Look out or I'll come install some crown moulding at your house..  

Sent from my SM-T330NU using Tapatalk


----------



## PACman (Oct 24, 2014)

123 is Walmart's best primer. Nuff said.


----------



## Gymschu (Mar 11, 2011)

And let's face it, the gov't regs have done nothing to help us painters. Paint mfr's have to constantly change formulas to keep up with the latest environmental issues pushed on them by the gov't.


----------



## PACman (Oct 24, 2014)

Gymschu said:


> And let's face it, the gov't regs have done nothing to help us painters. Paint mfr's have to constantly change formulas to keep up with the latest environmental issues pushed on them by the gov't.


and in Bullseye 123's case, keep the pricing virtually the same as it's been for twenty five years. Amazing that they can do that without effecting the quality, isn't it? (Hint-they can't and didn't.)


----------



## BeerbowerPainting (Jul 31, 2018)

Holland said:


> Why the hate for Bullseye 123? I have had nothing but positive experiences using it (for interior projects), and I like the way it levels out. (We are limited with our selection in this region). I understand and appreciate BIN primer when sprayed or for spot priming, but lets be honest here, it is not good for brush and roller.
> 
> I don't fully agree. Bin can be rolled and brushed fine you just cannot go back into it.
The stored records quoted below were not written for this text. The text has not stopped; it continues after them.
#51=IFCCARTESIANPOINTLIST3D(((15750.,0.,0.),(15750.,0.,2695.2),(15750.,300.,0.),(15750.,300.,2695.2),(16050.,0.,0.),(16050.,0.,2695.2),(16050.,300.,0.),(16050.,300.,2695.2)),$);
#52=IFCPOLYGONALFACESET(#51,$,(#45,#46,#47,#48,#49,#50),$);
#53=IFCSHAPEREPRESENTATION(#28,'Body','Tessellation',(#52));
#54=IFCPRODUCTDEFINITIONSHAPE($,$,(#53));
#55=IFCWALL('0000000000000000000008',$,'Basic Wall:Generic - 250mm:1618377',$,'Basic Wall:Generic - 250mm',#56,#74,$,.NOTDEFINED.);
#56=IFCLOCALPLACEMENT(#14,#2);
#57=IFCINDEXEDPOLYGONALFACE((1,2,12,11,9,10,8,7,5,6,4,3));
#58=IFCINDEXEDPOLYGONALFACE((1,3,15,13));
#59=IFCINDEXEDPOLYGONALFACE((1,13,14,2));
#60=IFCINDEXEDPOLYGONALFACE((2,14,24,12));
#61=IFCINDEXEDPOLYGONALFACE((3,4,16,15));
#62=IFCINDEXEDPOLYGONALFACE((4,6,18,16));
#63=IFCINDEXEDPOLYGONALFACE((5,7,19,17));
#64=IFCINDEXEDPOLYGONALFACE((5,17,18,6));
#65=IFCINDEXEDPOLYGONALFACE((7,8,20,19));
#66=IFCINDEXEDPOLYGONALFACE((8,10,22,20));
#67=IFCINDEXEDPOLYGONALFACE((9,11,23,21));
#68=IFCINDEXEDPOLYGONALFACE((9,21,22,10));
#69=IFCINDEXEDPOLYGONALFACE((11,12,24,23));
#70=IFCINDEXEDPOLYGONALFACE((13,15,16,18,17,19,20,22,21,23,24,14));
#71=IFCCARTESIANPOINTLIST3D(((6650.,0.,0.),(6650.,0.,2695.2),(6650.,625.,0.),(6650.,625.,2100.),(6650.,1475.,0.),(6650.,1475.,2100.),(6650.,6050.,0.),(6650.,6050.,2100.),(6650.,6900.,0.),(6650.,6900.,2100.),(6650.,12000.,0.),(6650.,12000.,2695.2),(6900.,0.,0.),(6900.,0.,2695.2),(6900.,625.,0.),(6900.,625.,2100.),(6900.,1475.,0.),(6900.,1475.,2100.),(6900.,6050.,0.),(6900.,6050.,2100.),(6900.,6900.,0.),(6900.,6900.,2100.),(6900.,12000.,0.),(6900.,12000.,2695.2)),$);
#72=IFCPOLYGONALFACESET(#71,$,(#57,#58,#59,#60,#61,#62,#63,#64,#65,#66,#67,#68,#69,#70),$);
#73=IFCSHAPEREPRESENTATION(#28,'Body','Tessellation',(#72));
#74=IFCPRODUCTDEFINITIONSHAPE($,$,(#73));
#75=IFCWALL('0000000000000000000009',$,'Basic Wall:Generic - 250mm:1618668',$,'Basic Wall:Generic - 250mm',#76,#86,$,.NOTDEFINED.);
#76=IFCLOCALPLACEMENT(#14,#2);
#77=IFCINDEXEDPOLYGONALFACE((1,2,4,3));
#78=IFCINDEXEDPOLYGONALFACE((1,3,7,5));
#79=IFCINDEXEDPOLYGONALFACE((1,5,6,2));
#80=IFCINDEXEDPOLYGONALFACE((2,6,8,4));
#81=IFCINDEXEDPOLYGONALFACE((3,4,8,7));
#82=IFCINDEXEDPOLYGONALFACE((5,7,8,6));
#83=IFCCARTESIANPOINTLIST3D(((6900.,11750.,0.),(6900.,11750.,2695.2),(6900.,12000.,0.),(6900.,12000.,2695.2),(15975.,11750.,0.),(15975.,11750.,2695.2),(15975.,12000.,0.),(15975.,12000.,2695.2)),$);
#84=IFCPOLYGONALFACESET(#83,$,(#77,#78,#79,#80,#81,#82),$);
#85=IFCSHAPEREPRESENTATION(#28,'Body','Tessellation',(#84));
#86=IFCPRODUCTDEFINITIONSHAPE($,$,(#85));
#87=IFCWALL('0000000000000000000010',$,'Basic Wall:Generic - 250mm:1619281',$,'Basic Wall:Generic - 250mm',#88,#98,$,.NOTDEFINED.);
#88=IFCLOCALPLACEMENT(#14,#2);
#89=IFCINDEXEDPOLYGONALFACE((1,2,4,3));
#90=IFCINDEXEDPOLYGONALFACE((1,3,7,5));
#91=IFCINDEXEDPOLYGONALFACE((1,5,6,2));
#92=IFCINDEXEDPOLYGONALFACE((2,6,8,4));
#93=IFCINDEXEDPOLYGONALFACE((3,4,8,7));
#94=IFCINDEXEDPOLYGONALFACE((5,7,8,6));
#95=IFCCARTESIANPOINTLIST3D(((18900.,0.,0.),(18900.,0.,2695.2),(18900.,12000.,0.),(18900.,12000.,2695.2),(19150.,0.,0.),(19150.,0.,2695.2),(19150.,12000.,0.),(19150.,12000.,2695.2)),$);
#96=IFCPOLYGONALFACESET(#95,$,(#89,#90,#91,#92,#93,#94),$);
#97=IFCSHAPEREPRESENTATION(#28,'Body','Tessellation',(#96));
Also, it sands really well so you can sand stuff out if necessary. I just had to do 4 smooth doors and didn't feel like cleaning the sprayer with ammonia so I rolled em with a 3/16 nap roller and it worked great. But there's definitely a learning curve with brushing/rolling Bin.


----------



## BeerbowerPainting (Jul 31, 2018)

I never clean bin brushes or rollers to much work as ammonia is nasty. As for cleaning Bin, Windex is awesome. It will usually clean Bin up easily since it contains ammonia, but without the potent smell of ammonia. Anyone else use Windex?


----------



## jr.sr. painting (Dec 6, 2013)

I always carry a 1/2 gallon of ammonia. 1 for window cleaning 2 for bin cleaning. Clear ammonia not lemon scented all the way!
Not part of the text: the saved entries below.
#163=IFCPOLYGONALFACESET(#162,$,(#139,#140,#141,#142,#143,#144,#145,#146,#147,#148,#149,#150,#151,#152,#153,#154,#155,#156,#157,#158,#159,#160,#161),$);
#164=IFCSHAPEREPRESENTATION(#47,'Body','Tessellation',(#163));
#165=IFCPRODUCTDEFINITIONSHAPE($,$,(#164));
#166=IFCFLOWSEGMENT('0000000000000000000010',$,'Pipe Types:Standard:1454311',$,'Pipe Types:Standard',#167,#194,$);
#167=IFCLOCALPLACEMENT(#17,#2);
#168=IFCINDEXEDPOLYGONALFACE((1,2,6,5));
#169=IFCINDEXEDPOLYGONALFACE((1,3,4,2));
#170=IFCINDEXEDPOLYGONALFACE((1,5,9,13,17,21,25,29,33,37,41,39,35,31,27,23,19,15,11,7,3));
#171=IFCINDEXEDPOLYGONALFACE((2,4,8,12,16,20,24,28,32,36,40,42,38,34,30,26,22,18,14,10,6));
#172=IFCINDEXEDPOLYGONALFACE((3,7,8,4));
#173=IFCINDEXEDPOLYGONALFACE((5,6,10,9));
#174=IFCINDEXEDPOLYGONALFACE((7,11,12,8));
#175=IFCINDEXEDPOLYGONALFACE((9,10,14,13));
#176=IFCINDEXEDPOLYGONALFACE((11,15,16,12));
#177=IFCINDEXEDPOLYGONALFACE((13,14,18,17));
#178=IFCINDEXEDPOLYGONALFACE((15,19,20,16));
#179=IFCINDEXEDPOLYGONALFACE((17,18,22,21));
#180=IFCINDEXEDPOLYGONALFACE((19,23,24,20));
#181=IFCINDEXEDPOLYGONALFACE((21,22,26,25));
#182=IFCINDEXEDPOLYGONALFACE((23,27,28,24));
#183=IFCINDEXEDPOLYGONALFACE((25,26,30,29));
Sent from my iPhone using Tapatalk


----------



## Lightningboy65 (Mar 12, 2018)

BeerbowerPainting said:


> I never clean bin brushes or rollers to much work as ammonia is nasty. As for cleaning Bin, Windex is awesome. It will usually clean Bin up easily since it contains ammonia, but without the potent smell of ammonia. Anyone else use Windex?


1 gal ammonia = 1.00 @ dollar store
1 gal Windex = $20.00
1 gal denatured alcohol = $20.00

All excellent BIN solvents. Smell aside, I'm cheap! I'll chose the ammonia any day of the week. And BIN is dissolved so quickly by any of these solvents, clean up really is a snap! But clean-spin-clean again -spin again to avoid residue from drying in roller/brush.


----------



## BeerbowerPainting (Jul 31, 2018)

I guess to clarify I use Windex to clean a surface that may have gotten splattered by bin, not actual brushes etc. If I did Id definitely use ammonia because as you say it is cheap!


----------



## jennifertemple (Oct 30, 2011)

Rbriggs82 said:


> Love it when you Canadians throw in those extra U's. :whistling2:
> 
> Sent from my Pixel 2 XL using Tapatalk


 We got our English from the land of it's birth, England's English. We were a colony until 1982 and still use the language we got from Britian.

The enactment of the Statute of Westminster in 1931 recognized Canada as an independent peer coequal with the United Kingdom and thus provided the Parliament of Canada with legislative sovereignty over all federal matters except the power to change the constitutional laws of Canada, which remained under the purview of the Parliament of the United Kingdom. Canada's final vestige of legislative dependence on the United Kingdom was terminated in 1982 with the enactment of the Canada Act, subsequently providing Canada with full legal legislative sovereignty independent of the United Kingdom.


----------



## jennifertemple (Oct 30, 2011)

BeerbowerPainting said:


> I never clean bin brushes or rollers to much work as ammonia is nasty. As for cleaning Bin, Windex is awesome. It will usually clean Bin up easily since it contains ammonia, but without the potent smell of ammonia. Anyone else use Windex?



I use methyl hydrate, But I don't clean the brushes or roller sleeves, I just use trash brushes and cheaper rollers.


----------